Source data: Begin
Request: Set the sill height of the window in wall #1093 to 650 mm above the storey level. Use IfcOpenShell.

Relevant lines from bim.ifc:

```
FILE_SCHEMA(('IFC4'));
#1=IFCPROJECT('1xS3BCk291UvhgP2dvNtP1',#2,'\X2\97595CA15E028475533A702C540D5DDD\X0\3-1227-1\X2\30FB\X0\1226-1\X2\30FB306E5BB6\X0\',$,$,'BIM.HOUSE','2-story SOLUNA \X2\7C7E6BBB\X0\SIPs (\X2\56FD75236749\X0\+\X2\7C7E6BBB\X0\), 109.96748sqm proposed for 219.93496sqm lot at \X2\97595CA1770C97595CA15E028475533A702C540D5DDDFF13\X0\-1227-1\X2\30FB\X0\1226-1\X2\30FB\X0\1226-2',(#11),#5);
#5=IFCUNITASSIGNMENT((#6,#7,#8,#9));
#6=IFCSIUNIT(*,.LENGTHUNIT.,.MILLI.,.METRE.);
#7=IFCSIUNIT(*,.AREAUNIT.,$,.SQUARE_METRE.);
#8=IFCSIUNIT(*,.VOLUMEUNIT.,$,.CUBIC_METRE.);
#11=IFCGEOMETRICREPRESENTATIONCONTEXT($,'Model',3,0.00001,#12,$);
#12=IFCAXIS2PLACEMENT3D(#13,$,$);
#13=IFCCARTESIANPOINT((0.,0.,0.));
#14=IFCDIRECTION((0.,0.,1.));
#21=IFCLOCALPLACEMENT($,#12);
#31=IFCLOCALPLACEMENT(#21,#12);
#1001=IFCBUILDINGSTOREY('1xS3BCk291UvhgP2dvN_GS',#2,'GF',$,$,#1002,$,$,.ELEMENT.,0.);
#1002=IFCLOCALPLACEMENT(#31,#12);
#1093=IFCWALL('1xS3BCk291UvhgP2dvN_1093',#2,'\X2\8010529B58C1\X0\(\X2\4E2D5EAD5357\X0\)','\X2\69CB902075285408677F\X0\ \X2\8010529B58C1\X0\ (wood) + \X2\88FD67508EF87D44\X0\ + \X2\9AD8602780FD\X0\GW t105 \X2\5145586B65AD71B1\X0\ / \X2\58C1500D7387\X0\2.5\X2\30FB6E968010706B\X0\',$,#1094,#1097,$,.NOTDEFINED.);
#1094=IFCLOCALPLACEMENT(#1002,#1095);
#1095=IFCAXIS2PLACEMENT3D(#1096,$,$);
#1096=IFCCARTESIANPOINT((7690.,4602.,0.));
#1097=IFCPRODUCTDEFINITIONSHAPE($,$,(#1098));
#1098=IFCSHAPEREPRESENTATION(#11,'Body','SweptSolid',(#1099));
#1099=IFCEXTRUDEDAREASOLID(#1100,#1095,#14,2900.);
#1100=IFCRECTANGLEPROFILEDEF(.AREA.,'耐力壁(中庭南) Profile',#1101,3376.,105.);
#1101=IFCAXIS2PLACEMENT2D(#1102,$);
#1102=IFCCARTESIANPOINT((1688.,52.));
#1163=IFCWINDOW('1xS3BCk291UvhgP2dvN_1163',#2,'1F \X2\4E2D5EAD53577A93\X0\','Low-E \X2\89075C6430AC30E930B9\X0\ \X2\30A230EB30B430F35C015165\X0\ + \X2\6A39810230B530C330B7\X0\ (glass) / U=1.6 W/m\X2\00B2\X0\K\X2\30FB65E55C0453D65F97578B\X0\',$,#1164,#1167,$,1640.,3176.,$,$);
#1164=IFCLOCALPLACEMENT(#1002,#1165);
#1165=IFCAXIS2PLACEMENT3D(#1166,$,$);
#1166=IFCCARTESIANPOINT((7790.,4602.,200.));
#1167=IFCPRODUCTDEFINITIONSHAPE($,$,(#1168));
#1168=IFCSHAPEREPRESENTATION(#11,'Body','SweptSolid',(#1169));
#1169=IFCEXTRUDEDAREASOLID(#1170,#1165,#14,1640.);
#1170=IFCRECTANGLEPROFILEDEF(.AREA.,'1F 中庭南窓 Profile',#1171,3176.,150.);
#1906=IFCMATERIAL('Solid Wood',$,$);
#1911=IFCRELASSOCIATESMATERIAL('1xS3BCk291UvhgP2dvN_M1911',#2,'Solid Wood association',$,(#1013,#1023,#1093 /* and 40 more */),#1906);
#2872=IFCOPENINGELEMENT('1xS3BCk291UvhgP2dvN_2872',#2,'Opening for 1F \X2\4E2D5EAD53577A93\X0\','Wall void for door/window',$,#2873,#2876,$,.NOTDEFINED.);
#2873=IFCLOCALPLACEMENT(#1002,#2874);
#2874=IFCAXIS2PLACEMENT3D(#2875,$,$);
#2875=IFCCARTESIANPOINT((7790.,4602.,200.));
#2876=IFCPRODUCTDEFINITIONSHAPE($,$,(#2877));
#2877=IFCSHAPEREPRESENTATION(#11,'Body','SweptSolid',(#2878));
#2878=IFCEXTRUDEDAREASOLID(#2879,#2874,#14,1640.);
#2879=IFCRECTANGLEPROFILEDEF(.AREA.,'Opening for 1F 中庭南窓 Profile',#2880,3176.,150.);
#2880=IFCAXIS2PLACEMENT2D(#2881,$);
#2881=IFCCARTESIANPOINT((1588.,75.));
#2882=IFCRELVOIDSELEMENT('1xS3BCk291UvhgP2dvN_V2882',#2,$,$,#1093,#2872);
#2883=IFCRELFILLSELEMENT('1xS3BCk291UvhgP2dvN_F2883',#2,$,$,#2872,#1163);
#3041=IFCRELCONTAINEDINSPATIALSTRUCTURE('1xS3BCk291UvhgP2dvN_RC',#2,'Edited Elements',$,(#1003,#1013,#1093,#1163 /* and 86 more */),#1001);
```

```python
import numpy as np
import ifcopenshell
import ifcopenshell.api.geometry
import ifcopenshell.geom
import ifcopenshell.util.element
import ifcopenshell.util.placement
import ifcopenshell.util.shape
import ifcopenshell.util.unit

model = ifcopenshell.open("bim.ifc")
unit_scale = ifcopenshell.util.unit.calculate_unit_scale(model)

window = model.by_id(1163)
opening = window.FillsVoids[0].RelatingOpeningElement
storey = ifcopenshell.util.element.get_container(window, ifc_class="IfcBuildingStorey")
level = ifcopenshell.util.placement.get_local_placement(storey.ObjectPlacement)[2, 3]

# The opening's origin need not be at the sill, so measure its lowest point.
shape = ifcopenshell.geom.create_shape(ifcopenshell.geom.settings(), opening)
bottom = ifcopenshell.util.shape.get_shape_bottom_elevation(shape, shape.geometry) / unit_scale
dz = level + 0.65 / unit_scale - bottom

shift = np.array([0.0, 0.0, dz])
# The window is not placed relative to its opening, so move both.
for product in (opening, window):
    matrix = ifcopenshell.util.placement.get_local_placement(product.ObjectPlacement)
    matrix[:3, 3] += shift
    ifcopenshell.api.geometry.edit_object_placement(model, product=product, matrix=matrix, is_si=False)

print(f"moved by {dz * unit_scale:+.3f} m")

model.write("bim-out.ifc")
```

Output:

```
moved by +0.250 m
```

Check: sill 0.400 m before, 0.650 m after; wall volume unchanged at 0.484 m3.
Source data: End
Task instructions =>
Reprint the listing above. Keep every line exactly as it is.

Task solution =>
Request: Set the sill height of the window in wall #1093 to 650 mm above the storey level. Use IfcOpenShell.

Relevant lines from bim.ifc:

```
FILE_SCHEMA(('IFC4'));
#1=IFCPROJECT('1xS3BCk291UvhgP2dvNtP1',#2,'\X2\97595CA15E028475533A702C540D5DDD\X0\3-1227-1\X2\30FB\X0\1226-1\X2\30FB306E5BB6\X0\',$,$,'BIM.HOUSE','2-story SOLUNA \X2\7C7E6BBB\X0\SIPs (\X2\56FD75236749\X0\+\X2\7C7E6BBB\X0\), 109.96748sqm proposed for 219.93496sqm lot at \X2\97595CA1770C97595CA15E028475533A702C540D5DDDFF13\X0\-1227-1\X2\30FB\X0\1226-1\X2\30FB\X0\1226-2',(#11),#5);
#5=IFCUNITASSIGNMENT((#6,#7,#8,#9));
#6=IFCSIUNIT(*,.LENGTHUNIT.,.MILLI.,.METRE.);
#7=IFCSIUNIT(*,.AREAUNIT.,$,.SQUARE_METRE.);
#8=IFCSIUNIT(*,.VOLUMEUNIT.,$,.CUBIC_METRE.);
#11=IFCGEOMETRICREPRESENTATIONCONTEXT($,'Model',3,0.00001,#12,$);
#12=IFCAXIS2PLACEMENT3D(#13,$,$);
#13=IFCCARTESIANPOINT((0.,0.,0.));
#14=IFCDIRECTION((0.,0.,1.));
#21=IFCLOCALPLACEMENT($,#12);
#31=IFCLOCALPLACEMENT(#21,#12);
#1001=IFCBUILDINGSTOREY('1xS3BCk291UvhgP2dvN_GS',#2,'GF',$,$,#1002,$,$,.ELEMENT.,0.);
#1002=IFCLOCALPLACEMENT(#31,#12);
#1093=IFCWALL('1xS3BCk291UvhgP2dvN_1093',#2,'\X2\8010529B58C1\X0\(\X2\4E2D5EAD5357\X0\)','\X2\69CB902075285408677F\X0\ \X2\8010529B58C1\X0\ (wood) + \X2\88FD67508EF87D44\X0\ + \X2\9AD8602780FD\X0\GW t105 \X2\5145586B65AD71B1\X0\ / \X2\58C1500D7387\X0\2.5\X2\30FB6E968010706B\X0\',$,#1094,#1097,$,.NOTDEFINED.);
#1094=IFCLOCALPLACEMENT(#1002,#1095);
#1095=IFCAXIS2PLACEMENT3D(#1096,$,$);
#1096=IFCCARTESIANPOINT((7690.,4602.,0.));
#1097=IFCPRODUCTDEFINITIONSHAPE($,$,(#1098));
#1098=IFCSHAPEREPRESENTATION(#11,'Body','SweptSolid',(#1099));
#1099=IFCEXTRUDEDAREASOLID(#1100,#1095,#14,2900.);
#1100=IFCRECTANGLEPROFILEDEF(.AREA.,'耐力壁(中庭南) Profile',#1101,3376.,105.);
#1101=IFCAXIS2PLACEMENT2D(#1102,$);
#1102=IFCCARTESIANPOINT((1688.,52.));
#1163=IFCWINDOW('1xS3BCk291UvhgP2dvN_1163',#2,'1F \X2\4E2D5EAD53577A93\X0\','Low-E \X2\89075C6430AC30E930B9\X0\ \X2\30A230EB30B430F35C015165\X0\ + \X2\6A39810230B530C330B7\X0\ (glass) / U=1.6 W/m\X2\00B2\X0\K\X2\30FB65E55C0453D65F97578B\X0\',$,#1164,#1167,$,1640.,3176.,$,$);
#1164=IFCLOCALPLACEMENT(#1002,#1165);
#1165=IFCAXIS2PLACEMENT3D(#1166,$,$);
#1166=IFCCARTESIANPOINT((7790.,4602.,200.));
#1167=IFCPRODUCTDEFINITIONSHAPE($,$,(#1168));
#1168=IFCSHAPEREPRESENTATION(#11,'Body','SweptSolid',(#1169));
#1169=IFCEXTRUDEDAREASOLID(#1170,#1165,#14,1640.);
#1170=IFCRECTANGLEPROFILEDEF(.AREA.,'1F 中庭南窓 Profile',#1171,3176.,150.);
#1906=IFCMATERIAL('Solid Wood',$,$);
#1911=IFCRELASSOCIATESMATERIAL('1xS3BCk291UvhgP2dvN_M1911',#2,'Solid Wood association',$,(#1013,#1023,#1093 /* and 40 more */),#1906);
#2872=IFCOPENINGELEMENT('1xS3BCk291UvhgP2dvN_2872',#2,'Opening for 1F \X2\4E2D5EAD53577A93\X0\','Wall void for door/window',$,#2873,#2876,$,.NOTDEFINED.);
#2873=IFCLOCALPLACEMENT(#1002,#2874);
#2874=IFCAXIS2PLACEMENT3D(#2875,$,$);
#2875=IFCCARTESIANPOINT((7790.,4602.,200.));
#2876=IFCPRODUCTDEFINITIONSHAPE($,$,(#2877));
#2877=IFCSHAPEREPRESENTATION(#11,'Body','SweptSolid',(#2878));
#2878=IFCEXTRUDEDAREASOLID(#2879,#2874,#14,1640.);
#2879=IFCRECTANGLEPROFILEDEF(.AREA.,'Opening for 1F 中庭南窓 Profile',#2880,3176.,150.);
#2880=IFCAXIS2PLACEMENT2D(#2881,$);
#2881=IFCCARTESIANPOINT((1588.,75.));
#2882=IFCRELVOIDSELEMENT('1xS3BCk291UvhgP2dvN_V2882',#2,$,$,#1093,#2872);
#2883=IFCRELFILLSELEMENT('1xS3BCk291UvhgP2dvN_F2883',#2,$,$,#2872,#1163);
#3041=IFCRELCONTAINEDINSPATIALSTRUCTURE('1xS3BCk291UvhgP2dvN_RC',#2,'Edited Elements',$,(#1003,#1013,#1093,#1163 /* and 86 more */),#1001);
```

```python
import numpy as np
import ifcopenshell
import ifcopenshell.api.geometry
import ifcopenshell.geom
import ifcopenshell.util.element
import ifcopenshell.util.placement
import ifcopenshell.util.shape
import ifcopenshell.util.unit

model = ifcopenshell.open("bim.ifc")
unit_scale = ifcopenshell.util.unit.calculate_unit_scale(model)

window = model.by_id(1163)
opening = window.FillsVoids[0].RelatingOpeningElement
storey = ifcopenshell.util.element.get_container(window, ifc_class="IfcBuildingStorey")
level = ifcopenshell.util.placement.get_local_placement(storey.ObjectPlacement)[2, 3]

# The opening's origin need not be at the sill, so measure its lowest point.
shape = ifcopenshell.geom.create_shape(ifcopenshell.geom.settings(), opening)
bottom = ifcopenshell.util.shape.get_shape_bottom_elevation(shape, shape.geometry) / unit_scale
dz = level + 0.65 / unit_scale - bottom

shift = np.array([0.0, 0.0, dz])
# The window is not placed relative to its opening, so move both.
for product in (opening, window):
    matrix = ifcopenshell.util.placement.get_local_placement(product.ObjectPlacement)
    matrix[:3, 3] += shift
    ifcopenshell.api.geometry.edit_object_placement(model, product=product, matrix=matrix, is_si=False)

print(f"moved by {dz * unit_scale:+.3f} m")

model.write("bim-out.ifc")
```

Output:

```
moved by +0.250 m
```

Check: sill 0.400 m before, 0.650 m after; wall volume unchanged at 0.484 m3.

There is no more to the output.